I still think this is on the client to properly specify, but I was thinking if you only had a :ui/title attribute does this not work? {:>/user [:user/id :ui/title] :>/company [:company/id :ui/title]}

wilkerlucio16:08:19

these two different joins make no difference for Pathom, given what matters for the Pathom context is the data available (which remains the same when using placeholders), not the user requeqst

Ben Grabow21:08:26

I ran into a funky bug today that made me question reality for a while:

(ns pathom-bug-test
  (:require [com.wsscode.pathom3.connect.operation :as pco]))
=> nil
(pco/defresolver foo
  []
  {::foo 1})
=> #'pathom-bug-test/foo
(foo)
=> #:pathom-bug-test{:foo 1}
(def foo-result (foo))
Execution error (AbstractMethodError) at com.wsscode.pathom3.connect.operation.Resolver/applyTo (operation.cljc:-1).
Method com/wsscode/pathom3/connect/operation/Resolver.applyTo(Lclojure/lang/ISeq;)Ljava/lang/Object; is abstract

Ben Grabow21:08:11

It turns out that this is a general problem with top-level def on a form that calls an implementation of IFn that is lacking an applyTo definition. https://clojure.atlassian.net/browse/CLJ-1715

Ben Grabow21:08:40

Maybe it would be nice if Pathom's Resolver got an applyTo definition to smooth out the experience of calling resolvers directly.

wilkerlucio22:08:15

wow, that's a new one for me, sure, I think adding applyTo should be easy enough

wilkerlucio22:08:51

can you open an issue please?

nivekuil00:08:15

do you want to make some noise about that ignored 8 year old bug that cost X amount of your sanity?
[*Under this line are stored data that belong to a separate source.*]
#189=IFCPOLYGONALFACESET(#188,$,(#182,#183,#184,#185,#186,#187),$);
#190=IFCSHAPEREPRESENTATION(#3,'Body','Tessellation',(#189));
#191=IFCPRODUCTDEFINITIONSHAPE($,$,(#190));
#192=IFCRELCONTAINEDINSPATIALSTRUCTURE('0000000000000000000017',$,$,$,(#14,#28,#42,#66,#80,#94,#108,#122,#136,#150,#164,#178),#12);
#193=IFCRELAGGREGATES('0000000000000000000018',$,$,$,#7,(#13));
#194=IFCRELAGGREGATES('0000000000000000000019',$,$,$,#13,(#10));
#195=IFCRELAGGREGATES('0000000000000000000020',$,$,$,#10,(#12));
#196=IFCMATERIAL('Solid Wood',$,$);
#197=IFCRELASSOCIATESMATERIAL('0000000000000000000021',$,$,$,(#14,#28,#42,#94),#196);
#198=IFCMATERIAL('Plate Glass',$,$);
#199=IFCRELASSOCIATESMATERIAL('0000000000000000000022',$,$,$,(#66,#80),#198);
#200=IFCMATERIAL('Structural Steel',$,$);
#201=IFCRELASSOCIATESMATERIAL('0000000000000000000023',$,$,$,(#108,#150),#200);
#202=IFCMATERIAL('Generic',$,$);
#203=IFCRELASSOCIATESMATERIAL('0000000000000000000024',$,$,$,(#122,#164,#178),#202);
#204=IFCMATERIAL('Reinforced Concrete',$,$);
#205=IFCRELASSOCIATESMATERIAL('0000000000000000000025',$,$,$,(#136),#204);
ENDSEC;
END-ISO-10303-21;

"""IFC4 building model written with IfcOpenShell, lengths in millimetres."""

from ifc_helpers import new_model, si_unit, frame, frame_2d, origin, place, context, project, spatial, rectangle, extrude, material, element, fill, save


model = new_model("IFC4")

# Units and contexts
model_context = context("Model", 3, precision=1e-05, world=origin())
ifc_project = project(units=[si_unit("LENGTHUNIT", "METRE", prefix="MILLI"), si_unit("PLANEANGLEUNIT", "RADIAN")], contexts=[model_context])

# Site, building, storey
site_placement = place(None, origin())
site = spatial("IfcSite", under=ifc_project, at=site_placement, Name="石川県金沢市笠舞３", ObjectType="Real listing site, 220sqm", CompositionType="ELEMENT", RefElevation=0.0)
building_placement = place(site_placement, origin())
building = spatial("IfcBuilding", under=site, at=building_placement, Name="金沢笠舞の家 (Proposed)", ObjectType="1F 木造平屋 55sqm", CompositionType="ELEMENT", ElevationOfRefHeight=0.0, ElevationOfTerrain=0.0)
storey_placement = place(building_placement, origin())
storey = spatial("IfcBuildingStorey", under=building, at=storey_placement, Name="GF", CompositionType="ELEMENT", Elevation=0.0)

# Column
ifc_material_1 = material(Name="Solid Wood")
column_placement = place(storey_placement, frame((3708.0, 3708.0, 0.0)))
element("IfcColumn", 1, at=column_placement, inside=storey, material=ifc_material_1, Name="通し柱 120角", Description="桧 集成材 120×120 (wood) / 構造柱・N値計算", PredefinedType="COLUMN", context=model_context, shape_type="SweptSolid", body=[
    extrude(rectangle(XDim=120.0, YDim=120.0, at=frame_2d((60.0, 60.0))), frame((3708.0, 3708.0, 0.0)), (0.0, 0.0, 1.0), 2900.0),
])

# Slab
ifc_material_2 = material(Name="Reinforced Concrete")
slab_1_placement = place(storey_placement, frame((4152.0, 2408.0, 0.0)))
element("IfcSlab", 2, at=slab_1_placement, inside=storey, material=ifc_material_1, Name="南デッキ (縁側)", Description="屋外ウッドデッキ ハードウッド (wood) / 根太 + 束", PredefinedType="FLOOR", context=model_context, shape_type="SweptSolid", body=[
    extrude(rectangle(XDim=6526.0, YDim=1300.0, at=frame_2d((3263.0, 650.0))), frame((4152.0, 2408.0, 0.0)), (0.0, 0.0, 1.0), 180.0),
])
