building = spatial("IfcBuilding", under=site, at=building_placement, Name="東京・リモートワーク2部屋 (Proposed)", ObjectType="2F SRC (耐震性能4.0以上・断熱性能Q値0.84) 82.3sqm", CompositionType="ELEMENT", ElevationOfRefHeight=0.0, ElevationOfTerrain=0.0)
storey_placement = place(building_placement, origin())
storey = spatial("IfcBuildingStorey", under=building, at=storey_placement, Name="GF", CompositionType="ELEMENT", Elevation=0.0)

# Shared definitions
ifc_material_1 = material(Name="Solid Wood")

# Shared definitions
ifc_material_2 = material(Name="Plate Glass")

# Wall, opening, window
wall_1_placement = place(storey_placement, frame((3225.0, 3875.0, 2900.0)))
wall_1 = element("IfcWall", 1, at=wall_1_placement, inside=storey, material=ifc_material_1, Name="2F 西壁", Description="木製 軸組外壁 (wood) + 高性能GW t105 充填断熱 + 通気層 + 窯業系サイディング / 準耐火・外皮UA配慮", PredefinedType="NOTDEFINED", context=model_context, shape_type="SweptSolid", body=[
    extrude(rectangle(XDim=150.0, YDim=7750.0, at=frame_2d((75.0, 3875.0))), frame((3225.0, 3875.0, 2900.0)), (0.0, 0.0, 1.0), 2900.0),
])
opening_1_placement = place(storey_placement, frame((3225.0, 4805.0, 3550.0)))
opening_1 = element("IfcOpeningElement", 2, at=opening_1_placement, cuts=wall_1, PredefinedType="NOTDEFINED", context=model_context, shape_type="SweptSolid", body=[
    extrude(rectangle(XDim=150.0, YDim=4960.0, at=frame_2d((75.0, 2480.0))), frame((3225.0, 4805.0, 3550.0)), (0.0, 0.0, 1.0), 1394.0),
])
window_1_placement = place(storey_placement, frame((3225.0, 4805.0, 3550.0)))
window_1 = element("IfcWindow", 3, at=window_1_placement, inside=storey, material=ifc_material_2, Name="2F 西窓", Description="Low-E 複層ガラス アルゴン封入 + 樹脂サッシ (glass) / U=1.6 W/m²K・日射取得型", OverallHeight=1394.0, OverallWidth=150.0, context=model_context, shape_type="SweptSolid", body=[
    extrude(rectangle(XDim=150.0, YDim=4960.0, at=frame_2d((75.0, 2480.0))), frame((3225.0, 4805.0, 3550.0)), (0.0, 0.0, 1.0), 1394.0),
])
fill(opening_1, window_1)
Stuff like this is the worst part about clojure

thheller07:08:57

I ran into the same thing a while ago and asked in #clojure-dev. this is not a ignored bug, this is a missing implementation on the code part. all Ifn impls technically should have applyTo implemented since they otherwise don't work with apply. if you never call them through apply you never notice though.

Ben Grabow14:08:28

I'll see about making some noise on the CLJ issue too.